(Exercise instructions):
Output the complete listing exactly.

(Data for this task):
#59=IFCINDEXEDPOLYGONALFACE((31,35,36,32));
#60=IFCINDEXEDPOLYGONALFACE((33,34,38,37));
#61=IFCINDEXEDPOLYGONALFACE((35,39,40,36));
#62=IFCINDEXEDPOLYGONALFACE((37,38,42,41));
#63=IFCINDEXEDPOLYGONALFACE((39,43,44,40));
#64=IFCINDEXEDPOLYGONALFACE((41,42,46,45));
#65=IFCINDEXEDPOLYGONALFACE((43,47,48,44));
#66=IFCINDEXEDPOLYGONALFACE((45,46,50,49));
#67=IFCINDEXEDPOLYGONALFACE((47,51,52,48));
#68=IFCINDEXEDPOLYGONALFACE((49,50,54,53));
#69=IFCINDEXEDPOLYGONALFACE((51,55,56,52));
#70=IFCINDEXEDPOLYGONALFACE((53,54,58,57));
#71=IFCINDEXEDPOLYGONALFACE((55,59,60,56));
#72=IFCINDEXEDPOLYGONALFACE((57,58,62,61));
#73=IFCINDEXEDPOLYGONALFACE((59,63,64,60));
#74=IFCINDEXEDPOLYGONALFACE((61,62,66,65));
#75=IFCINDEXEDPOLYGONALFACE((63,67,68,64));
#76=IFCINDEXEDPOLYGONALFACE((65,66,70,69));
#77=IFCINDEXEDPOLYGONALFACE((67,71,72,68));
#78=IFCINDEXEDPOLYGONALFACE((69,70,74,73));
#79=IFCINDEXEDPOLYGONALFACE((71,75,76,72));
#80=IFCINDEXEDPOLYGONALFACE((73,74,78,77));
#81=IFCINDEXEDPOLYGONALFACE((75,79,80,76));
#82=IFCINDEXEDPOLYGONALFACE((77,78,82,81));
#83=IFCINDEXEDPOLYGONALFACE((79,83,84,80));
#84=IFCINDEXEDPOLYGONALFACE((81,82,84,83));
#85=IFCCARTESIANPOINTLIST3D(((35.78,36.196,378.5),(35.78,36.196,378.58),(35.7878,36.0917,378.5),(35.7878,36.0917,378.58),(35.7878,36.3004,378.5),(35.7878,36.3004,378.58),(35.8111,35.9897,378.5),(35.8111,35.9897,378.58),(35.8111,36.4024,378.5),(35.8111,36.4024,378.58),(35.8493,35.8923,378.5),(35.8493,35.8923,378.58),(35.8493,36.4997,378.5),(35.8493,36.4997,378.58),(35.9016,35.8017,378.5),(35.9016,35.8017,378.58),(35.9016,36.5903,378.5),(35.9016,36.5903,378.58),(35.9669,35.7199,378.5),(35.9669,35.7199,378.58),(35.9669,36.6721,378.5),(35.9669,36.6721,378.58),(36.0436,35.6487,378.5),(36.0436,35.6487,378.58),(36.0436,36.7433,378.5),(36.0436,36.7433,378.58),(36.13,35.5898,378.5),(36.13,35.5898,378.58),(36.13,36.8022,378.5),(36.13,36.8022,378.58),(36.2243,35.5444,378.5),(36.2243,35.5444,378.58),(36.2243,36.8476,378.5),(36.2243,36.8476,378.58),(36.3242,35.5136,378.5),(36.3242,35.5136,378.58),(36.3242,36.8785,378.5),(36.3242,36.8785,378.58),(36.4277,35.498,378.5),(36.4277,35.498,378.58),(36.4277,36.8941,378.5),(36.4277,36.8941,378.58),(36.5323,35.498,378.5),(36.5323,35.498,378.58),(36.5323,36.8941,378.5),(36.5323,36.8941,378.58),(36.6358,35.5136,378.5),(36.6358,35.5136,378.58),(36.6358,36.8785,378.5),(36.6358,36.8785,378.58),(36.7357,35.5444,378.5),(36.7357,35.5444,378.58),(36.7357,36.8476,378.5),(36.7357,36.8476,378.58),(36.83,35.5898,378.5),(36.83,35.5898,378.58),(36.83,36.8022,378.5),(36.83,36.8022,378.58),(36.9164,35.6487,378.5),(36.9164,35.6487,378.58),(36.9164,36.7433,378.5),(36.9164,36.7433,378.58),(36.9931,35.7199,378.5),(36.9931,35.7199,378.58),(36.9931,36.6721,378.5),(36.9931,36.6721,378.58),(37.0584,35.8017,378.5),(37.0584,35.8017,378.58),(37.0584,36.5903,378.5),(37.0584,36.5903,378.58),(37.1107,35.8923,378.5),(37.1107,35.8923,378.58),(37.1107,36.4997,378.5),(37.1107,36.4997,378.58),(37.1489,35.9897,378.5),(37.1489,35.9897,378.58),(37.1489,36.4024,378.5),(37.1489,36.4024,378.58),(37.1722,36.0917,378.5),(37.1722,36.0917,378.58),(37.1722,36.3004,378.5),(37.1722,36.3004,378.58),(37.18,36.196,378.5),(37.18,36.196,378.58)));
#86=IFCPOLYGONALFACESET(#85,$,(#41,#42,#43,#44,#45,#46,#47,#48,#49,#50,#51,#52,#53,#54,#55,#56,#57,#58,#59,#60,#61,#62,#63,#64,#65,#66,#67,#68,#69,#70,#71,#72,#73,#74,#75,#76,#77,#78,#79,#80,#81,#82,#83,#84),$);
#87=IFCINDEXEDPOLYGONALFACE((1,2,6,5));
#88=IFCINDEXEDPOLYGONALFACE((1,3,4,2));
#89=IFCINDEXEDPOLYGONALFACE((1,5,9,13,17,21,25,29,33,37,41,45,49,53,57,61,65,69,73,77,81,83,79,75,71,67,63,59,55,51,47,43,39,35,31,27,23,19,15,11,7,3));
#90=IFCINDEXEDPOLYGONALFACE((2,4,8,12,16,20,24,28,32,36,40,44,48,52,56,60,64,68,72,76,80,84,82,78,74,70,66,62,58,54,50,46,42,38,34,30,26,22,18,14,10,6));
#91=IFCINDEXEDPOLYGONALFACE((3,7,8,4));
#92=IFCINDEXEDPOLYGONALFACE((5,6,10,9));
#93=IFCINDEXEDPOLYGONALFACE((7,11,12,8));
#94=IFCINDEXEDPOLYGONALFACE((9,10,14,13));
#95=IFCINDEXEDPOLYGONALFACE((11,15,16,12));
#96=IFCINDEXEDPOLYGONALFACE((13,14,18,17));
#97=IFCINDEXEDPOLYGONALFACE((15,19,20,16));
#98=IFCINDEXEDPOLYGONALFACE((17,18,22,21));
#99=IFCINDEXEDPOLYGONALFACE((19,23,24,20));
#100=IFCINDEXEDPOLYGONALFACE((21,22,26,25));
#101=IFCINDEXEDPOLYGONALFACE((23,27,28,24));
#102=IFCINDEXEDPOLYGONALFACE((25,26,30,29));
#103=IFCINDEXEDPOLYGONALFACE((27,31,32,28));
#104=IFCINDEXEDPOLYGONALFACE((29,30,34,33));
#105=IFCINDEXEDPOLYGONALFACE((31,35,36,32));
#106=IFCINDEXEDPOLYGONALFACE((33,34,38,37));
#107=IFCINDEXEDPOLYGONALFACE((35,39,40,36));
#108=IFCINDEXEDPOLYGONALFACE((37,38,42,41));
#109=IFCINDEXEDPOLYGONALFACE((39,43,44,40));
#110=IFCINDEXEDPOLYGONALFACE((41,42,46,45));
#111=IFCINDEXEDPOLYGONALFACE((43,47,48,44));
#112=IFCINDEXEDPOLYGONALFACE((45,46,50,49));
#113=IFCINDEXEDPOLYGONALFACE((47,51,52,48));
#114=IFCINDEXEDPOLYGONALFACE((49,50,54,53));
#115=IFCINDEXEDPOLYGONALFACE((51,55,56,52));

(Answer space):
#59=IFCINDEXEDPOLYGONALFACE((31,35,36,32));
#60=IFCINDEXEDPOLYGONALFACE((33,34,38,37));
#61=IFCINDEXEDPOLYGONALFACE((35,39,40,36));
#62=IFCINDEXEDPOLYGONALFACE((37,38,42,41));
#63=IFCINDEXEDPOLYGONALFACE((39,43,44,40));
#64=IFCINDEXEDPOLYGONALFACE((41,42,46,45));
#65=IFCINDEXEDPOLYGONALFACE((43,47,48,44));
#66=IFCINDEXEDPOLYGONALFACE((45,46,50,49));
#67=IFCINDEXEDPOLYGONALFACE((47,51,52,48));
#68=IFCINDEXEDPOLYGONALFACE((49,50,54,53));
#69=IFCINDEXEDPOLYGONALFACE((51,55,56,52));
#70=IFCINDEXEDPOLYGONALFACE((53,54,58,57));
#71=IFCINDEXEDPOLYGONALFACE((55,59,60,56));
#72=IFCINDEXEDPOLYGONALFACE((57,58,62,61));
#73=IFCINDEXEDPOLYGONALFACE((59,63,64,60));
#74=IFCINDEXEDPOLYGONALFACE((61,62,66,65));
#75=IFCINDEXEDPOLYGONALFACE((63,67,68,64));
#76=IFCINDEXEDPOLYGONALFACE((65,66,70,69));
#77=IFCINDEXEDPOLYGONALFACE((67,71,72,68));
#78=IFCINDEXEDPOLYGONALFACE((69,70,74,73));
#79=IFCINDEXEDPOLYGONALFACE((71,75,76,72));
#80=IFCINDEXEDPOLYGONALFACE((73,74,78,77));
#81=IFCINDEXEDPOLYGONALFACE((75,79,80,76));
#82=IFCINDEXEDPOLYGONALFACE((77,78,82,81));
#83=IFCINDEXEDPOLYGONALFACE((79,83,84,80));
#84=IFCINDEXEDPOLYGONALFACE((81,82,84,83));
#85=IFCCARTESIANPOINTLIST3D(((35.78,36.196,378.5),(35.78,36.196,378.58),(35.7878,36.0917,378.5),(35.7878,36.0917,378.58),(35.7878,36.3004,378.5),(35.7878,36.3004,378.58),(35.8111,35.9897,378.5),(35.8111,35.9897,378.58),(35.8111,36.4024,378.5),(35.8111,36.4024,378.58),(35.8493,35.8923,378.5),(35.8493,35.8923,378.58),(35.8493,36.4997,378.5),(35.8493,36.4997,378.58),(35.9016,35.8017,378.5),(35.9016,35.8017,378.58),(35.9016,36.5903,378.5),(35.9016,36.5903,378.58),(35.9669,35.7199,378.5),(35.9669,35.7199,378.58),(35.9669,36.6721,378.5),(35.9669,36.6721,378.58),(36.0436,35.6487,378.5),(36.0436,35.6487,378.58),(36.0436,36.7433,378.5),(36.0436,36.7433,378.58),(36.13,35.5898,378.5),(36.13,35.5898,378.58),(36.13,36.8022,378.5),(36.13,36.8022,378.58),(36.2243,35.5444,378.5),(36.2243,35.5444,378.58),(36.2243,36.8476,378.5),(36.2243,36.8476,378.58),(36.3242,35.5136,378.5),(36.3242,35.5136,378.58),(36.3242,36.8785,378.5),(36.3242,36.8785,378.58),(36.4277,35.498,378.5),(36.4277,35.498,378.58),(36.4277,36.8941,378.5),(36.4277,36.8941,378.58),(36.5323,35.498,378.5),(36.5323,35.498,378.58),(36.5323,36.8941,378.5),(36.5323,36.8941,378.58),(36.6358,35.5136,378.5),(36.6358,35.5136,378.58),(36.6358,36.8785,378.5),(36.6358,36.8785,378.58),(36.7357,35.5444,378.5),(36.7357,35.5444,378.58),(36.7357,36.8476,378.5),(36.7357,36.8476,378.58),(36.83,35.5898,378.5),(36.83,35.5898,378.58),(36.83,36.8022,378.5),(36.83,36.8022,378.58),(36.9164,35.6487,378.5),(36.9164,35.6487,378.58),(36.9164,36.7433,378.5),(36.9164,36.7433,378.58),(36.9931,35.7199,378.5),(36.9931,35.7199,378.58),(36.9931,36.6721,378.5),(36.9931,36.6721,378.58),(37.0584,35.8017,378.5),(37.0584,35.8017,378.58),(37.0584,36.5903,378.5),(37.0584,36.5903,378.58),(37.1107,35.8923,378.5),(37.1107,35.8923,378.58),(37.1107,36.4997,378.5),(37.1107,36.4997,378.58),(37.1489,35.9897,378.5),(37.1489,35.9897,378.58),(37.1489,36.4024,378.5),(37.1489,36.4024,378.58),(37.1722,36.0917,378.5),(37.1722,36.0917,378.58),(37.1722,36.3004,378.5),(37.1722,36.3004,378.58),(37.18,36.196,378.5),(37.18,36.196,378.58)));
#86=IFCPOLYGONALFACESET(#85,$,(#41,#42,#43,#44,#45,#46,#47,#48,#49,#50,#51,#52,#53,#54,#55,#56,#57,#58,#59,#60,#61,#62,#63,#64,#65,#66,#67,#68,#69,#70,#71,#72,#73,#74,#75,#76,#77,#78,#79,#80,#81,#82,#83,#84),$);
#87=IFCINDEXEDPOLYGONALFACE((1,2,6,5));
#88=IFCINDEXEDPOLYGONALFACE((1,3,4,2));
#89=IFCINDEXEDPOLYGONALFACE((1,5,9,13,17,21,25,29,33,37,41,45,49,53,57,61,65,69,73,77,81,83,79,75,71,67,63,59,55,51,47,43,39,35,31,27,23,19,15,11,7,3));
#90=IFCINDEXEDPOLYGONALFACE((2,4,8,12,16,20,24,28,32,36,40,44,48,52,56,60,64,68,72,76,80,84,82,78,74,70,66,62,58,54,50,46,42,38,34,30,26,22,18,14,10,6));
#91=IFCINDEXEDPOLYGONALFACE((3,7,8,4));
#92=IFCINDEXEDPOLYGONALFACE((5,6,10,9));
#93=IFCINDEXEDPOLYGONALFACE((7,11,12,8));
#94=IFCINDEXEDPOLYGONALFACE((9,10,14,13));
#95=IFCINDEXEDPOLYGONALFACE((11,15,16,12));
#96=IFCINDEXEDPOLYGONALFACE((13,14,18,17));
#97=IFCINDEXEDPOLYGONALFACE((15,19,20,16));
#98=IFCINDEXEDPOLYGONALFACE((17,18,22,21));
#99=IFCINDEXEDPOLYGONALFACE((19,23,24,20));
#100=IFCINDEXEDPOLYGONALFACE((21,22,26,25));
#101=IFCINDEXEDPOLYGONALFACE((23,27,28,24));
#102=IFCINDEXEDPOLYGONALFACE((25,26,30,29));
#103=IFCINDEXEDPOLYGONALFACE((27,31,32,28));
#104=IFCINDEXEDPOLYGONALFACE((29,30,34,33));
#105=IFCINDEXEDPOLYGONALFACE((31,35,36,32));
#106=IFCINDEXEDPOLYGONALFACE((33,34,38,37));
#107=IFCINDEXEDPOLYGONALFACE((35,39,40,36));
#108=IFCINDEXEDPOLYGONALFACE((37,38,42,41));
#109=IFCINDEXEDPOLYGONALFACE((39,43,44,40));
#110=IFCINDEXEDPOLYGONALFACE((41,42,46,45));
#111=IFCINDEXEDPOLYGONALFACE((43,47,48,44));
#112=IFCINDEXEDPOLYGONALFACE((45,46,50,49));
#113=IFCINDEXEDPOLYGONALFACE((47,51,52,48));
#114=IFCINDEXEDPOLYGONALFACE((49,50,54,53));
#115=IFCINDEXEDPOLYGONALFACE((51,55,56,52));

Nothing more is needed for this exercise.